- Data supplied
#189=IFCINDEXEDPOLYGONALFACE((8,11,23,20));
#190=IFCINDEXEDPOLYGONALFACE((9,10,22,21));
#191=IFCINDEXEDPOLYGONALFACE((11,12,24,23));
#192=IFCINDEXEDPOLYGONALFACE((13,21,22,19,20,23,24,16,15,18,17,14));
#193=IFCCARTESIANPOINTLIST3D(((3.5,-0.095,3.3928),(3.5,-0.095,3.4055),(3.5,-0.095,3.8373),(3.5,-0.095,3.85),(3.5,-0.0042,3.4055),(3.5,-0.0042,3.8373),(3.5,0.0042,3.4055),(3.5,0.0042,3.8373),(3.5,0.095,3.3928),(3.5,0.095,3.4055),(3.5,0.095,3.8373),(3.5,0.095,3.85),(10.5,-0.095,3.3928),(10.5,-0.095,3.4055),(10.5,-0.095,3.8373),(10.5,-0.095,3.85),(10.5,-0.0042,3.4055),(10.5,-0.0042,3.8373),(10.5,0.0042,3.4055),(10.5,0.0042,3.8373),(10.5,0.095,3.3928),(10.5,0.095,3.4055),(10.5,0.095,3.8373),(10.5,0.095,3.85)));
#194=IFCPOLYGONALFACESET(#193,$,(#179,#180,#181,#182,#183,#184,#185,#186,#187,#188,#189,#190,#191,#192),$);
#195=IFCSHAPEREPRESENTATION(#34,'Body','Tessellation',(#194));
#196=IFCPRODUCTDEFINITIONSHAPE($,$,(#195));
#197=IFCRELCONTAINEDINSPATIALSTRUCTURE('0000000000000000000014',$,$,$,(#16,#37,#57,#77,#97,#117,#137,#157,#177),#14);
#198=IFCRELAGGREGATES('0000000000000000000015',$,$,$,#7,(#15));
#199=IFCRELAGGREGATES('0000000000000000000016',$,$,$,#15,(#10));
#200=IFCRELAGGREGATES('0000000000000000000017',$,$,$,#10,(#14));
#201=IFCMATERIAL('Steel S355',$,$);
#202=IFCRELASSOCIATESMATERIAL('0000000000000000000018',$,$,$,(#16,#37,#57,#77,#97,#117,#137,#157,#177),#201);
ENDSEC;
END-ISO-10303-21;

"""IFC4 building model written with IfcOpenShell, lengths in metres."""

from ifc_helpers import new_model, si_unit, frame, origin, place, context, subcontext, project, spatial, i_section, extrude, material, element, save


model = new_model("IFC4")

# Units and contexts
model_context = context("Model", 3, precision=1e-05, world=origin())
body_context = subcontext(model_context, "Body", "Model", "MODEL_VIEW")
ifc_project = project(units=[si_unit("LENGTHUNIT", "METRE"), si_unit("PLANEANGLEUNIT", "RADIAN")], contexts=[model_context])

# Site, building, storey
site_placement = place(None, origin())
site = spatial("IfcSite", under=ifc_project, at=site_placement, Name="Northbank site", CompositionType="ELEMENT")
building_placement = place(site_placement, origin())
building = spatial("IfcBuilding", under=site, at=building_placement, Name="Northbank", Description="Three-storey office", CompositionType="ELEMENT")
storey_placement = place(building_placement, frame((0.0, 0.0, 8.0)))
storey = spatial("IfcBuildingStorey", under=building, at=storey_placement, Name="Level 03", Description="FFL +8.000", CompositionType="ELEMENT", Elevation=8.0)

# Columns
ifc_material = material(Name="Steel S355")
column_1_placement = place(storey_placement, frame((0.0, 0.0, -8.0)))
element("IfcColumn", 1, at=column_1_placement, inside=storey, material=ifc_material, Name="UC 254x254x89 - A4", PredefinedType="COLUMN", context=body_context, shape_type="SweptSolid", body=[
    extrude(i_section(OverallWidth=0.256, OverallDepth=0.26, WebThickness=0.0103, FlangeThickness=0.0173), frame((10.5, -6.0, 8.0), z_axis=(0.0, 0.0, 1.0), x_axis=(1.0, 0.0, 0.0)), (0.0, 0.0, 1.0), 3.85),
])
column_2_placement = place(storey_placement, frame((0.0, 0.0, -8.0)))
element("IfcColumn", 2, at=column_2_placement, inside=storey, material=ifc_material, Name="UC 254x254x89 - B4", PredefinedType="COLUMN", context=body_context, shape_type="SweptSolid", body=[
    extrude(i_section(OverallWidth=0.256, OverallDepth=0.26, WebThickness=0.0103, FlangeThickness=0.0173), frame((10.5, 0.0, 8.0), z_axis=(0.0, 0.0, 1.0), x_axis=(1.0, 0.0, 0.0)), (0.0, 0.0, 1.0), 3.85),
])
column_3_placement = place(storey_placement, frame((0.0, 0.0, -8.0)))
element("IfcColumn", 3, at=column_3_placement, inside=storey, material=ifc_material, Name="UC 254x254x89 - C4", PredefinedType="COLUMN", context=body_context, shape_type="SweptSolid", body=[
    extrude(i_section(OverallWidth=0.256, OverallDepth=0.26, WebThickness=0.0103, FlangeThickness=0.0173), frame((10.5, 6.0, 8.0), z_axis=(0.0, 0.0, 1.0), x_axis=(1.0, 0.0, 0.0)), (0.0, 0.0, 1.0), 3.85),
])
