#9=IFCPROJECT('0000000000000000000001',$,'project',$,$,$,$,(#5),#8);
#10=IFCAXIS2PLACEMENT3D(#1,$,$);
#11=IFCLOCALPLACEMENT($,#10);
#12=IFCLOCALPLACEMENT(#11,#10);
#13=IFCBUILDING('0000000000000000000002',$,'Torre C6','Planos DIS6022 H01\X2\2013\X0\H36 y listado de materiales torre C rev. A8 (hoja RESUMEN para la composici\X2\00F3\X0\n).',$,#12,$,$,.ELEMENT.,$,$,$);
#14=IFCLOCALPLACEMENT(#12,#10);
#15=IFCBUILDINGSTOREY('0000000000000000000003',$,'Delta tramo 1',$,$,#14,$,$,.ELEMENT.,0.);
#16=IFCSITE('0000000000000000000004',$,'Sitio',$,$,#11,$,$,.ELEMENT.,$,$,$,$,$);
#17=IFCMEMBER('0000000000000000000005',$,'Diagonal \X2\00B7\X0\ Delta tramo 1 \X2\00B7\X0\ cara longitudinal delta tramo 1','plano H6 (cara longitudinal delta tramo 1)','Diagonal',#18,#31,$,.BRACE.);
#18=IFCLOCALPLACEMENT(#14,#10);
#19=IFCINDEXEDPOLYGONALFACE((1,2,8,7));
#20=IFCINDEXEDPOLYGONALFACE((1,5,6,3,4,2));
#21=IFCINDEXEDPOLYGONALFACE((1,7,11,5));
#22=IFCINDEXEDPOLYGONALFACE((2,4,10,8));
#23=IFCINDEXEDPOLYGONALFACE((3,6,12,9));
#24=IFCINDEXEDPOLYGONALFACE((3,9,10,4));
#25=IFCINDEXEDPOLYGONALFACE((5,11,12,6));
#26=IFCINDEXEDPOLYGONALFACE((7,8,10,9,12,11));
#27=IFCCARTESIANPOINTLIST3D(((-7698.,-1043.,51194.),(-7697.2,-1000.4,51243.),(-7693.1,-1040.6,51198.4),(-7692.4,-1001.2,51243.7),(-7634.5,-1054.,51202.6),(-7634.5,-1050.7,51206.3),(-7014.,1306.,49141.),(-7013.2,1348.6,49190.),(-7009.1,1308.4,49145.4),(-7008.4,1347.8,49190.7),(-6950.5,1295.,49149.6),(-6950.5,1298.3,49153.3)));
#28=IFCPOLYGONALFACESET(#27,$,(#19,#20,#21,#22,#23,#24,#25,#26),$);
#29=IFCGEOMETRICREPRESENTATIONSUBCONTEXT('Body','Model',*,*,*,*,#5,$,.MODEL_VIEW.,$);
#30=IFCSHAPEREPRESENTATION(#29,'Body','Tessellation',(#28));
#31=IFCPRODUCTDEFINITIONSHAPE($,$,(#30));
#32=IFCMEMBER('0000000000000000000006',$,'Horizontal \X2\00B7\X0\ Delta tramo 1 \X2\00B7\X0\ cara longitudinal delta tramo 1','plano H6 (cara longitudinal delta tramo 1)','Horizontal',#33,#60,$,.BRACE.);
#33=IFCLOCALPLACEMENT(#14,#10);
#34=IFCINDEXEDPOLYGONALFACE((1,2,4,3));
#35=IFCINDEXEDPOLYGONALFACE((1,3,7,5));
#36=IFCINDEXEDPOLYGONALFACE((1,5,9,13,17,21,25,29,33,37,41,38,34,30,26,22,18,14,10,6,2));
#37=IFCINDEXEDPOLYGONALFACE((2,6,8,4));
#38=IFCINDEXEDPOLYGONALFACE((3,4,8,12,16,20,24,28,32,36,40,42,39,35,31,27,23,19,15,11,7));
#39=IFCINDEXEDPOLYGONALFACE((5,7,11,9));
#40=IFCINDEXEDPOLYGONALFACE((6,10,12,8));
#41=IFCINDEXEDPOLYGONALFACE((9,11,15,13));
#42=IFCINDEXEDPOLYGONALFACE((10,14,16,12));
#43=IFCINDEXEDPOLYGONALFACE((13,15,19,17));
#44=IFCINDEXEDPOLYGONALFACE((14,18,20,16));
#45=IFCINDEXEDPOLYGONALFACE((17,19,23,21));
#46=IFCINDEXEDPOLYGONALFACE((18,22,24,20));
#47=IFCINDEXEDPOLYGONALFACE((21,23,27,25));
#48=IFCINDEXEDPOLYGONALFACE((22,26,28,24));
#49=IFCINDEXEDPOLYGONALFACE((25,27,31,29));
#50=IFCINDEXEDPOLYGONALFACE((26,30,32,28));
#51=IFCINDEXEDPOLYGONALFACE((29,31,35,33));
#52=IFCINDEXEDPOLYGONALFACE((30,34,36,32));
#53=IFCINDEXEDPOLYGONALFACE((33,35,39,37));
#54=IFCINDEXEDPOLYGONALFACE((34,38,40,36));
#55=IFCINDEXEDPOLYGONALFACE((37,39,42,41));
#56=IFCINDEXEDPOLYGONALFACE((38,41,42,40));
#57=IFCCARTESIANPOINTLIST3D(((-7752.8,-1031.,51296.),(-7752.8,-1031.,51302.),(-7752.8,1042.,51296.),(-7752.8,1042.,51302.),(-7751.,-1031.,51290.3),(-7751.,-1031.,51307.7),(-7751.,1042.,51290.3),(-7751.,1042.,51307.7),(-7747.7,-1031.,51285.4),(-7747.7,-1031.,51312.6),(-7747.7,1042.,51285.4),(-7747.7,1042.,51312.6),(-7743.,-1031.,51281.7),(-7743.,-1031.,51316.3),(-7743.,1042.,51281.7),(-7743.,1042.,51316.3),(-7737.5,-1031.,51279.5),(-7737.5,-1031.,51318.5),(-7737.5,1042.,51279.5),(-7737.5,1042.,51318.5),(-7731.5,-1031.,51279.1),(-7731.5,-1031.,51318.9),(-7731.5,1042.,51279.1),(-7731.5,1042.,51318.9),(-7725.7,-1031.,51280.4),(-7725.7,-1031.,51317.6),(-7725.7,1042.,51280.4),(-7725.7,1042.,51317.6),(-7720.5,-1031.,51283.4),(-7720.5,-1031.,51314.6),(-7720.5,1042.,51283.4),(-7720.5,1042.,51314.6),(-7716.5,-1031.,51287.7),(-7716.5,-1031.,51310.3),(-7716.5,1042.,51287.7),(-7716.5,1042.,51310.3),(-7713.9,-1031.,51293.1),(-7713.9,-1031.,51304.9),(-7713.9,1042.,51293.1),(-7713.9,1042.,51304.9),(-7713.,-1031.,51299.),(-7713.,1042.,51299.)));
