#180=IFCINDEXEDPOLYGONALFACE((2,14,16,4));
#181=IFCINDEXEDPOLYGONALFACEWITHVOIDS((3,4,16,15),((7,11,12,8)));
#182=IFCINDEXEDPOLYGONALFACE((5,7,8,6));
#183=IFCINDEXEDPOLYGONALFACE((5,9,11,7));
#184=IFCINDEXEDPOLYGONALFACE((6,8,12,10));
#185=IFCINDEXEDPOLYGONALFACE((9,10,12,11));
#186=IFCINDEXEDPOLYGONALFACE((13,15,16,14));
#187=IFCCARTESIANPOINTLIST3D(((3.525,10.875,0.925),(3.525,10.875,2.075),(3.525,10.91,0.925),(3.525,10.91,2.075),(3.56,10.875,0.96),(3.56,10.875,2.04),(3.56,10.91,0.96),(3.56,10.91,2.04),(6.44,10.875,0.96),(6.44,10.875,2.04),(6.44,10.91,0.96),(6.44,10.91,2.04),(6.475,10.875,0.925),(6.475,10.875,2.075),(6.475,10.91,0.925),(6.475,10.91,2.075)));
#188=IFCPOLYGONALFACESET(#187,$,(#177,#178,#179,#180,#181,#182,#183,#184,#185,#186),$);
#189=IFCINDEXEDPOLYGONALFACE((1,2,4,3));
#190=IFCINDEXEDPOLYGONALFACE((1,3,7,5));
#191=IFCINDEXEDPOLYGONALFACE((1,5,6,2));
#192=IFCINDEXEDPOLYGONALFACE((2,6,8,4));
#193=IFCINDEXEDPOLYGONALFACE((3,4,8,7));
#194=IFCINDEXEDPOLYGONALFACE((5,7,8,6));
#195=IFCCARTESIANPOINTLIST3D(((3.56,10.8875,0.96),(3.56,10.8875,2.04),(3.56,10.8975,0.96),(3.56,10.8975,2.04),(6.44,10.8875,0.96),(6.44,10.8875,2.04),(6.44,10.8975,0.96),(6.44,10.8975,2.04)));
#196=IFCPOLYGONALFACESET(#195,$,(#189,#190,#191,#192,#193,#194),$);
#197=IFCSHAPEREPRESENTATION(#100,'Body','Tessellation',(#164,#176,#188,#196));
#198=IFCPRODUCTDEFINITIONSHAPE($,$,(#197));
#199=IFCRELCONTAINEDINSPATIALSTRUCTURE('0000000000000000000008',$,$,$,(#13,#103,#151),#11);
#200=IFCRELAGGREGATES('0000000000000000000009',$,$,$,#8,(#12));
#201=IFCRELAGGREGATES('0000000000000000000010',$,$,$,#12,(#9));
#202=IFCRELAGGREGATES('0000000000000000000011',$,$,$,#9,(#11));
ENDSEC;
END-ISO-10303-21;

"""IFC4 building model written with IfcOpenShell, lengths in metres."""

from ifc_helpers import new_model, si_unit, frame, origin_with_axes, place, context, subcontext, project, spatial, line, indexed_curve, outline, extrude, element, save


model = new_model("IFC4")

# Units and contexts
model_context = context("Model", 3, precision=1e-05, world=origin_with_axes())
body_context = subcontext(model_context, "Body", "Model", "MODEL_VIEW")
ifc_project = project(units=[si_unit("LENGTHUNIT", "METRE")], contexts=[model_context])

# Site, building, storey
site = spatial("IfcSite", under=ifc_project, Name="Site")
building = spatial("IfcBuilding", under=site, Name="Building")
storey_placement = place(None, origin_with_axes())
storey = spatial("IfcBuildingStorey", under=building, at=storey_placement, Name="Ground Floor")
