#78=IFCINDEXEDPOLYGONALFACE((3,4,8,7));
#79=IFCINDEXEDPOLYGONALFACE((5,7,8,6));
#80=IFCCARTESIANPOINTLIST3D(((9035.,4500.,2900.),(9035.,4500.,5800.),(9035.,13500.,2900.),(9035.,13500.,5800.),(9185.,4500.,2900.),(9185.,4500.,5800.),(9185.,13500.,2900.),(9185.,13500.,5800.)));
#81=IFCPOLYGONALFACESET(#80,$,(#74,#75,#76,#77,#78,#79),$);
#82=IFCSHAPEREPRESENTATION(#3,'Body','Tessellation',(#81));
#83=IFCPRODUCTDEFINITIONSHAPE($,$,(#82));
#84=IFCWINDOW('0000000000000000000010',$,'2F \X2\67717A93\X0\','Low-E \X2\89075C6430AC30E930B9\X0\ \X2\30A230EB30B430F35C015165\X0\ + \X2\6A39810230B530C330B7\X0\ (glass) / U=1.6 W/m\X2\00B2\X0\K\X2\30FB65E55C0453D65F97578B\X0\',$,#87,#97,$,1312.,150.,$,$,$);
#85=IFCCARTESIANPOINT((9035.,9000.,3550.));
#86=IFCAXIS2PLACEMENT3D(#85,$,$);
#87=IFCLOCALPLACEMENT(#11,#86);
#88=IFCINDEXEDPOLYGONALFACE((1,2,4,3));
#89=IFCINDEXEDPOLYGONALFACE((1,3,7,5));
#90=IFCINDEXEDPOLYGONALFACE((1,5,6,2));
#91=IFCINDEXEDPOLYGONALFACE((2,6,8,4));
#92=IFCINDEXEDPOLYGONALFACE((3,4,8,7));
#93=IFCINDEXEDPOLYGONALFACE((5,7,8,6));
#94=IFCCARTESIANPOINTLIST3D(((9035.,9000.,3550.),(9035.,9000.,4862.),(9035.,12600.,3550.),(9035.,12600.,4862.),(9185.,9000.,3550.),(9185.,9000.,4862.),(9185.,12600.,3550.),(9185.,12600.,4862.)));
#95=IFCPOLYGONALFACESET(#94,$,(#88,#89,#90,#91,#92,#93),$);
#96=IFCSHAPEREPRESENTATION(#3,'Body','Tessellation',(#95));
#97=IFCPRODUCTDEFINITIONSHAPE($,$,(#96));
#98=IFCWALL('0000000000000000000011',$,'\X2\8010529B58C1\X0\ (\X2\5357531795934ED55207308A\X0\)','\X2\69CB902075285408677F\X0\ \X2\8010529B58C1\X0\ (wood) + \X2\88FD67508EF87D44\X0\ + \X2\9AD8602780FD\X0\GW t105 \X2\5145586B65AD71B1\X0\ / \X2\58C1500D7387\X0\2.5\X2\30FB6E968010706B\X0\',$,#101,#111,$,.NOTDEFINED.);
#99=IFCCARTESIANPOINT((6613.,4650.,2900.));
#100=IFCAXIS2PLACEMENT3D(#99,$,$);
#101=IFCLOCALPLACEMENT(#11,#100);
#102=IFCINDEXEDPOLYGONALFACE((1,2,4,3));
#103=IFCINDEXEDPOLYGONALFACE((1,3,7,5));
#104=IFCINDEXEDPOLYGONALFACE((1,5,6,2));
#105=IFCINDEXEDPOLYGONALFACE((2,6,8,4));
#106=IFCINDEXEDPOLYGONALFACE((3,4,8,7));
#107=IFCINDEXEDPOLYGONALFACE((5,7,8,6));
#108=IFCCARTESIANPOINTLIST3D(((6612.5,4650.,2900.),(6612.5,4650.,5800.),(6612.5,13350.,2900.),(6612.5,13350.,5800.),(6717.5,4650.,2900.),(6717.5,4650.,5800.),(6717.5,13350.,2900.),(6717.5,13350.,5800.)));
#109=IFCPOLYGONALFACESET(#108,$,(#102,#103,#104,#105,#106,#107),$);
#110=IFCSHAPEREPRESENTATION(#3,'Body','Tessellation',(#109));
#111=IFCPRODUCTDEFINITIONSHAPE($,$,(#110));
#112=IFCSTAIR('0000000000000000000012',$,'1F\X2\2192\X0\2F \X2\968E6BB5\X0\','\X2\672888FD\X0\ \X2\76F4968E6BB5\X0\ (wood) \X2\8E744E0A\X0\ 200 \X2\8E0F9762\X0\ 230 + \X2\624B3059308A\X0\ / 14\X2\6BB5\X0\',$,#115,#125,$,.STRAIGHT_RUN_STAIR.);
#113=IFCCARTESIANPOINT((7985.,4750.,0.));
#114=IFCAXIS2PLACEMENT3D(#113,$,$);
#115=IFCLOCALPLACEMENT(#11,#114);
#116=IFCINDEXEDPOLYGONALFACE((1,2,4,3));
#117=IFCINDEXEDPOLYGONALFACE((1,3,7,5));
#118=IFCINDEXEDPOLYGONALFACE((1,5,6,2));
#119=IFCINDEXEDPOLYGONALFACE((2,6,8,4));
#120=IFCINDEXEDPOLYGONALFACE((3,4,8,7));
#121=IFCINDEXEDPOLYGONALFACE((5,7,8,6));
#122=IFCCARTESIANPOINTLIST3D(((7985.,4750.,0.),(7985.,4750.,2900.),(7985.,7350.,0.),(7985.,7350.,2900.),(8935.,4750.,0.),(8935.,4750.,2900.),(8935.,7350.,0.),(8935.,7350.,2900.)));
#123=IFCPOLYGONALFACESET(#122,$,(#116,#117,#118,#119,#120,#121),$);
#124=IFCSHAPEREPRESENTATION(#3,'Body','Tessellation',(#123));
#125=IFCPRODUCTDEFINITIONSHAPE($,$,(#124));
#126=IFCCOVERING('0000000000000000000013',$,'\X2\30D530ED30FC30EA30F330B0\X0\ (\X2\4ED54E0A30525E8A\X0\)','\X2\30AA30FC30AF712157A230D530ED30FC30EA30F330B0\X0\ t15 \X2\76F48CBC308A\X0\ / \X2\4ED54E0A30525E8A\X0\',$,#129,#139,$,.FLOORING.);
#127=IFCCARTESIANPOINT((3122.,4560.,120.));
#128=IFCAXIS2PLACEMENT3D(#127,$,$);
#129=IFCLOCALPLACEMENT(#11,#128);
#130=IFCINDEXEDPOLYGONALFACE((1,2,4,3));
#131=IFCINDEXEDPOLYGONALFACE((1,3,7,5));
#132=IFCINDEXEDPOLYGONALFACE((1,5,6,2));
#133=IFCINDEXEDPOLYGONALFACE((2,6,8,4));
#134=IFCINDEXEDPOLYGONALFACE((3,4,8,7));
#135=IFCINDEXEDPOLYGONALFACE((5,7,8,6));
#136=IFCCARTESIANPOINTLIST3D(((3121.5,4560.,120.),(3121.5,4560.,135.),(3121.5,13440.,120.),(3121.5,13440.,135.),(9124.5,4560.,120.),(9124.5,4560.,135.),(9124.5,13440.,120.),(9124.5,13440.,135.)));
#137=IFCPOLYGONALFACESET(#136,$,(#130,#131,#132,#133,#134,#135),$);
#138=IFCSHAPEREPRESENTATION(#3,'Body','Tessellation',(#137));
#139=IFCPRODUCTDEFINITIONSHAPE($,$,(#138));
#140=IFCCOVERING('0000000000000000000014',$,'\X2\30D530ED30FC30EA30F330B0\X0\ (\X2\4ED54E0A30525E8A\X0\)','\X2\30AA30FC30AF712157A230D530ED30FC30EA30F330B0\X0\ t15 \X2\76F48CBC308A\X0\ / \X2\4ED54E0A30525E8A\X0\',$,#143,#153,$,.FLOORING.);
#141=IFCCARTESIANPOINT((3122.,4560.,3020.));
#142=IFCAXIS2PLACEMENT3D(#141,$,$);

- About this task
Using the entries above, extract exactly the span from the line with "#107=IFCINDEXEDPOLYGONALFACE((5,7,8,6));" to the line with "#121=IFCINDEXEDPOLYGONALFACE((5,7,8,6));", both lines included; leave out everything else.

- Completed exercise
#107=IFCINDEXEDPOLYGONALFACE((5,7,8,6));
#108=IFCCARTESIANPOINTLIST3D(((6612.5,4650.,2900.),(6612.5,4650.,5800.),(6612.5,13350.,2900.),(6612.5,13350.,5800.),(6717.5,4650.,2900.),(6717.5,4650.,5800.),(6717.5,13350.,2900.),(6717.5,13350.,5800.)));
#109=IFCPOLYGONALFACESET(#108,$,(#102,#103,#104,#105,#106,#107),$);
#110=IFCSHAPEREPRESENTATION(#3,'Body','Tessellation',(#109));
#111=IFCPRODUCTDEFINITIONSHAPE($,$,(#110));
#112=IFCSTAIR('0000000000000000000012',$,'1F\X2\2192\X0\2F \X2\968E6BB5\X0\','\X2\672888FD\X0\ \X2\76F4968E6BB5\X0\ (wood) \X2\8E744E0A\X0\ 200 \X2\8E0F9762\X0\ 230 + \X2\624B3059308A\X0\ / 14\X2\6BB5\X0\',$,#115,#125,$,.STRAIGHT_RUN_STAIR.);
#113=IFCCARTESIANPOINT((7985.,4750.,0.));
#114=IFCAXIS2PLACEMENT3D(#113,$,$);
#115=IFCLOCALPLACEMENT(#11,#114);
#116=IFCINDEXEDPOLYGONALFACE((1,2,4,3));
#117=IFCINDEXEDPOLYGONALFACE((1,3,7,5));
#118=IFCINDEXEDPOLYGONALFACE((1,5,6,2));
#119=IFCINDEXEDPOLYGONALFACE((2,6,8,4));
#120=IFCINDEXEDPOLYGONALFACE((3,4,8,7));
#121=IFCINDEXEDPOLYGONALFACE((5,7,8,6));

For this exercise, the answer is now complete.